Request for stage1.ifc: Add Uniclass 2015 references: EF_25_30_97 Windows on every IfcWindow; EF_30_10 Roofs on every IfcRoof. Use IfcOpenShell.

First a look at what the model holds.

```python
import ifcopenshell

model = ifcopenshell.open("stage1.ifc")
print(model.schema)
print("classifications:", [c.Name for c in model.by_type("IfcClassification")])
for ifc_class in ("IfcDoor", "IfcRoof", "IfcStair", "IfcWall", "IfcWindow"):
    print(ifc_class, len(model.by_type(ifc_class)))
```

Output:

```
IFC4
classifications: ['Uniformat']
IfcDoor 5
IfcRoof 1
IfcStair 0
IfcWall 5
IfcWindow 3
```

```python
import ifcopenshell
import ifcopenshell.api.classification

model = ifcopenshell.open("stage1.ifc")

system = ifcopenshell.api.classification.add_classification(model, classification="Uniclass 2015")

codes = {
    "IfcWindow": ("EF_25_30_97", "Windows"),
    "IfcRoof": ("EF_30_10", "Roofs"),
}
for ifc_class, (code, name) in codes.items():
    products = model.by_type(ifc_class)
    ifcopenshell.api.classification.add_reference(
        model, products=products, classification=system, identification=code, name=name
    )
    print(code, len(products))

model.write("stage1-out.ifc")
```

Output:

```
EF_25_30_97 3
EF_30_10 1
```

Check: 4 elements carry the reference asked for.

-------

Keeping each word as given, write out the material above.

Request for stage1.ifc: Add Uniclass 2015 references: EF_25_30_97 Windows on every IfcWindow; EF_30_10 Roofs on every IfcRoof. Use IfcOpenShell.

First a look at what the model holds.

```python
import ifcopenshell

model = ifcopenshell.open("stage1.ifc")
print(model.schema)
print("classifications:", [c.Name for c in model.by_type("IfcClassification")])
for ifc_class in ("IfcDoor", "IfcRoof", "IfcStair", "IfcWall", "IfcWindow"):
    print(ifc_class, len(model.by_type(ifc_class)))
```

Output:

```
IFC4
classifications: ['Uniformat']
IfcDoor 5
IfcRoof 1
IfcStair 0
IfcWall 5
IfcWindow 3
```

```python
import ifcopenshell
import ifcopenshell.api.classification

model = ifcopenshell.open("stage1.ifc")

system = ifcopenshell.api.classification.add_classification(model, classification="Uniclass 2015")

codes = {
    "IfcWindow": ("EF_25_30_97", "Windows"),
    "IfcRoof": ("EF_30_10", "Roofs"),
}
for ifc_class, (code, name) in codes.items():
    products = model.by_type(ifc_class)
    ifcopenshell.api.classification.add_reference(
        model, products=products, classification=system, identification=code, name=name
    )
    print(code, len(products))

model.write("stage1-out.ifc")
```

Output:

```
EF_25_30_97 3
EF_30_10 1
```

Check: 4 elements carry the reference asked for.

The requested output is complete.